_WHAT THE TASK ASKS_. Which lines run from the start of the data below to the line containing "3, precision=1e-05, world=origin())"? Set them down exactly, with none added.

### EXTRACTED ENTRIES

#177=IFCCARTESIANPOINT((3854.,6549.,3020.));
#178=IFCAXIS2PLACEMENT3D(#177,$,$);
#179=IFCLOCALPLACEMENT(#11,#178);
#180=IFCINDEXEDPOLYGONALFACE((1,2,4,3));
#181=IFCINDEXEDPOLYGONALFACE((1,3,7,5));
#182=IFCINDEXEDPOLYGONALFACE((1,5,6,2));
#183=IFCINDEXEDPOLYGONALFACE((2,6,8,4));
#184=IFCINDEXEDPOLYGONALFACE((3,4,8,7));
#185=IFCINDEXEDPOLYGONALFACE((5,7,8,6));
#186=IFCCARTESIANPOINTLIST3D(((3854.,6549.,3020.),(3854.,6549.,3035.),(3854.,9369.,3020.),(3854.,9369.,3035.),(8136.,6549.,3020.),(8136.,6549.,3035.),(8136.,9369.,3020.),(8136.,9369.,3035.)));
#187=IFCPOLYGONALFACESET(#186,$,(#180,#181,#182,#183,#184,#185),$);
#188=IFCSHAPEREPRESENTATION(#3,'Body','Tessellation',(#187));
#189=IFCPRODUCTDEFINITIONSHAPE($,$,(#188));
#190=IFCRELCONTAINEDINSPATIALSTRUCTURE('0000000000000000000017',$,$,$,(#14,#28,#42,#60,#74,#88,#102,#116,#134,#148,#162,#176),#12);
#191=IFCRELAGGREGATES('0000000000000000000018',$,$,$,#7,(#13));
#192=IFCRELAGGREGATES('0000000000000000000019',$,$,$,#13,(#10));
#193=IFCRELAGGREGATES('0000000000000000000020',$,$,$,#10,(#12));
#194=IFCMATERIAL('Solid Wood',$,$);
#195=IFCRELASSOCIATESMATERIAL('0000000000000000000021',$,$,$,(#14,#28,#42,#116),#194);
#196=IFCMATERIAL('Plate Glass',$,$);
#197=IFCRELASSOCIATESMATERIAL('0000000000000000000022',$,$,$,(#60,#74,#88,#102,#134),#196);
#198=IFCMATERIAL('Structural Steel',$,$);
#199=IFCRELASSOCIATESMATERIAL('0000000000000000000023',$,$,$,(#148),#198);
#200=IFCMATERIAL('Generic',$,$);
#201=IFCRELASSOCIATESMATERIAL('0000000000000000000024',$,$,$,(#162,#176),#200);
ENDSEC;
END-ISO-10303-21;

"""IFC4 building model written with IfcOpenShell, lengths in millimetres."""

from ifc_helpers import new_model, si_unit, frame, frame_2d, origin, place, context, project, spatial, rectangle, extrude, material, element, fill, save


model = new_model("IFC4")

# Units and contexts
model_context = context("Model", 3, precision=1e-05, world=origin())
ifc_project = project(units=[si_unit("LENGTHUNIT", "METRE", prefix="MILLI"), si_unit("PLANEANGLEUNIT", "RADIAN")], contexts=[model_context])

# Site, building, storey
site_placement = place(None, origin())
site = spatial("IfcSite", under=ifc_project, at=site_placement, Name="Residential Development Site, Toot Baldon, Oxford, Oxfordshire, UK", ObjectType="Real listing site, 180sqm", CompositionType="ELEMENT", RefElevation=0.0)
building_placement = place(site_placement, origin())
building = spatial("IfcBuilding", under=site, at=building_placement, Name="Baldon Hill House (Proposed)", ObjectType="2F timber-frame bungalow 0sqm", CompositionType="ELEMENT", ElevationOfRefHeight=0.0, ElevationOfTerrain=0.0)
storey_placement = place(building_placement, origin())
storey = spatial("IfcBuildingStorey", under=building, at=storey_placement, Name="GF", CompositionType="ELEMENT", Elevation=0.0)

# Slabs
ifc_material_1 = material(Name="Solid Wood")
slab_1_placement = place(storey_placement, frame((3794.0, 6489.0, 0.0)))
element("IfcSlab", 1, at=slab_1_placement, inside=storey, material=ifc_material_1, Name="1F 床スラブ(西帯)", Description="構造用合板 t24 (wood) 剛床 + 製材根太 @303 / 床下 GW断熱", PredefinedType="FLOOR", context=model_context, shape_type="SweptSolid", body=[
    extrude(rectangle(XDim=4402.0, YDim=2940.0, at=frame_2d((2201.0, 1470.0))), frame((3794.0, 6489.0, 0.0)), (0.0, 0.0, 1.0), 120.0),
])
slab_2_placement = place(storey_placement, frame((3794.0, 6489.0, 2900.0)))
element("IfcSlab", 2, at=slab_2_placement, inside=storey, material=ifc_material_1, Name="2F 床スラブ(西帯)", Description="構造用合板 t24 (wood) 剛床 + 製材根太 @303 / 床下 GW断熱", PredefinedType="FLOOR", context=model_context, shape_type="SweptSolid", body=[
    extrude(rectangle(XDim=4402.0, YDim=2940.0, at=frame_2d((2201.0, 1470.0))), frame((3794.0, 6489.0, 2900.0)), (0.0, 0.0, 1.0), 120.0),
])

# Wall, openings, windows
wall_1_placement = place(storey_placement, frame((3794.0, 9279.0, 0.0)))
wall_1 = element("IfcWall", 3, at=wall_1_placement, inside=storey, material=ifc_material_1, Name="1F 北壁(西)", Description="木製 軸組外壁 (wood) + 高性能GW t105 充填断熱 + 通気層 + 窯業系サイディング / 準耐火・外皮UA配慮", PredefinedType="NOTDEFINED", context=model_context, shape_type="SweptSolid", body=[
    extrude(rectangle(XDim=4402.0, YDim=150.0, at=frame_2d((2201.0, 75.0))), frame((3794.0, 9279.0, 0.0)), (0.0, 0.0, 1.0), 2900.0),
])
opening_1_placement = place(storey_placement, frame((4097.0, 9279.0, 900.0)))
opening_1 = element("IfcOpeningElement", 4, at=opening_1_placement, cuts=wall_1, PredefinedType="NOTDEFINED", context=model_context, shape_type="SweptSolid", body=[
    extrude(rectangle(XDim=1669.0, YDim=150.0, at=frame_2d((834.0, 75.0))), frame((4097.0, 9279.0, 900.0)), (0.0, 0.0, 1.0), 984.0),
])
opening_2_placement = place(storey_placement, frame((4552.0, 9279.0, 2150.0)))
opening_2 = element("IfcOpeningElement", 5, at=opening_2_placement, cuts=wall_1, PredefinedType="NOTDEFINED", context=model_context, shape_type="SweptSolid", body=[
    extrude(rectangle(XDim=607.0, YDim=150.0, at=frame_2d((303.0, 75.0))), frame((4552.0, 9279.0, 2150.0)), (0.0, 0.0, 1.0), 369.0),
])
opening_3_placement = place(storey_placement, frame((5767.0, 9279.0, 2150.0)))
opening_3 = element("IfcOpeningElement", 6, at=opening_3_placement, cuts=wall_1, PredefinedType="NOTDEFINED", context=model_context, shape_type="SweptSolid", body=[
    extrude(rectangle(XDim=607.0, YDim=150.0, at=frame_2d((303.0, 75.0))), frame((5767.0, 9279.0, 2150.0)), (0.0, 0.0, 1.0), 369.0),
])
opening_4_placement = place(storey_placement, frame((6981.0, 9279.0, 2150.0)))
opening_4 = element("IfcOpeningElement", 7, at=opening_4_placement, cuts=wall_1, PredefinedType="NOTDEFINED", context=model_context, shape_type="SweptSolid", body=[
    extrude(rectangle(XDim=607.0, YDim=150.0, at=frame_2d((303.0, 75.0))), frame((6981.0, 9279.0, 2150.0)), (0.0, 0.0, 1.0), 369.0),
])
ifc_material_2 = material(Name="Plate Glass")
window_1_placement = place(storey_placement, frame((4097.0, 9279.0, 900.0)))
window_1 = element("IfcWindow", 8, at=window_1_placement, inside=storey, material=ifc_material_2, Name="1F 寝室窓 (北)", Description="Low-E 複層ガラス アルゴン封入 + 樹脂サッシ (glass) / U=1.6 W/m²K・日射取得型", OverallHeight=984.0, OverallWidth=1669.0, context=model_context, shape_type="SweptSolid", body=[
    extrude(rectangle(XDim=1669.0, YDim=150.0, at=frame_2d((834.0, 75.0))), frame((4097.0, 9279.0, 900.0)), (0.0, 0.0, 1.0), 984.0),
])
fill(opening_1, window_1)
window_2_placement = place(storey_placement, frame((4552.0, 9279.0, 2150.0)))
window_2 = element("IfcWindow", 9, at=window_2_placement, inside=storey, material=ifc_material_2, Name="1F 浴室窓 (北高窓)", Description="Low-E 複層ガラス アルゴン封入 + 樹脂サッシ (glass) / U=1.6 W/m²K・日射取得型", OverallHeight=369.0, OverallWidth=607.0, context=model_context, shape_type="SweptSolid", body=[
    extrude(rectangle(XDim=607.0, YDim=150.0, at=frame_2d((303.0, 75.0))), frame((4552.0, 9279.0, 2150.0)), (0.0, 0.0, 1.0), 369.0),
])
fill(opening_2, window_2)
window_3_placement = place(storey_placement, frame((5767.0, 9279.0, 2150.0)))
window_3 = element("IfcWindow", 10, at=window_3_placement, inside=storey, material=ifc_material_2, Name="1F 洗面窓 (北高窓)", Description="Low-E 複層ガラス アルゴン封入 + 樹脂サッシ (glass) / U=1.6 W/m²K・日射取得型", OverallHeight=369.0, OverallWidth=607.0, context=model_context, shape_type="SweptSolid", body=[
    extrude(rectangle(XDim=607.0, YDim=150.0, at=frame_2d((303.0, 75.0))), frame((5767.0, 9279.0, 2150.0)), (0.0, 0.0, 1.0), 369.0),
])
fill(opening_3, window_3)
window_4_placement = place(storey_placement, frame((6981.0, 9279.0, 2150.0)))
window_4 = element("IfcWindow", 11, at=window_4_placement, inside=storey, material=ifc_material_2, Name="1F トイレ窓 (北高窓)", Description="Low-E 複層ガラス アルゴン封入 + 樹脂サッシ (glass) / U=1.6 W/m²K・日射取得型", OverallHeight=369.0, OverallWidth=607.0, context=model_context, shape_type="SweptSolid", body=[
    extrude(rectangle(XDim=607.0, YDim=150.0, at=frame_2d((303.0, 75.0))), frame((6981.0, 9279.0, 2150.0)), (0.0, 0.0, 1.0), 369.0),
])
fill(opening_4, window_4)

######

_EXERCISE OUTPUT_.
#177=IFCCARTESIANPOINT((3854.,6549.,3020.));
#178=IFCAXIS2PLACEMENT3D(#177,$,$);
#179=IFCLOCALPLACEMENT(#11,#178);
#180=IFCINDEXEDPOLYGONALFACE((1,2,4,3));
#181=IFCINDEXEDPOLYGONALFACE((1,3,7,5));
#182=IFCINDEXEDPOLYGONALFACE((1,5,6,2));
#183=IFCINDEXEDPOLYGONALFACE((2,6,8,4));
#184=IFCINDEXEDPOLYGONALFACE((3,4,8,7));
#185=IFCINDEXEDPOLYGONALFACE((5,7,8,6));
#186=IFCCARTESIANPOINTLIST3D(((3854.,6549.,3020.),(3854.,6549.,3035.),(3854.,9369.,3020.),(3854.,9369.,3035.),(8136.,6549.,3020.),(8136.,6549.,3035.),(8136.,9369.,3020.),(8136.,9369.,3035.)));
#187=IFCPOLYGONALFACESET(#186,$,(#180,#181,#182,#183,#184,#185),$);
#188=IFCSHAPEREPRESENTATION(#3,'Body','Tessellation',(#187));
#189=IFCPRODUCTDEFINITIONSHAPE($,$,(#188));
#190=IFCRELCONTAINEDINSPATIALSTRUCTURE('0000000000000000000017',$,$,$,(#14,#28,#42,#60,#74,#88,#102,#116,#134,#148,#162,#176),#12);
#191=IFCRELAGGREGATES('0000000000000000000018',$,$,$,#7,(#13));
#192=IFCRELAGGREGATES('0000000000000000000019',$,$,$,#13,(#10));
#193=IFCRELAGGREGATES('0000000000000000000020',$,$,$,#10,(#12));
#194=IFCMATERIAL('Solid Wood',$,$);
#195=IFCRELASSOCIATESMATERIAL('0000000000000000000021',$,$,$,(#14,#28,#42,#116),#194);
#196=IFCMATERIAL('Plate Glass',$,$);
#197=IFCRELASSOCIATESMATERIAL('0000000000000000000022',$,$,$,(#60,#74,#88,#102,#134),#196);
#198=IFCMATERIAL('Structural Steel',$,$);
#199=IFCRELASSOCIATESMATERIAL('0000000000000000000023',$,$,$,(#148),#198);
#200=IFCMATERIAL('Generic',$,$);
#201=IFCRELASSOCIATESMATERIAL('0000000000000000000024',$,$,$,(#162,#176),#200);
ENDSEC;
END-ISO-10303-21;

"""IFC4 building model written with IfcOpenShell, lengths in millimetres."""

from ifc_helpers import new_model, si_unit, frame, frame_2d, origin, place, context, project, spatial, rectangle, extrude, material, element, fill, save


model = new_model("IFC4")

# Units and contexts
model_context = context("Model", 3, precision=1e-05, world=origin())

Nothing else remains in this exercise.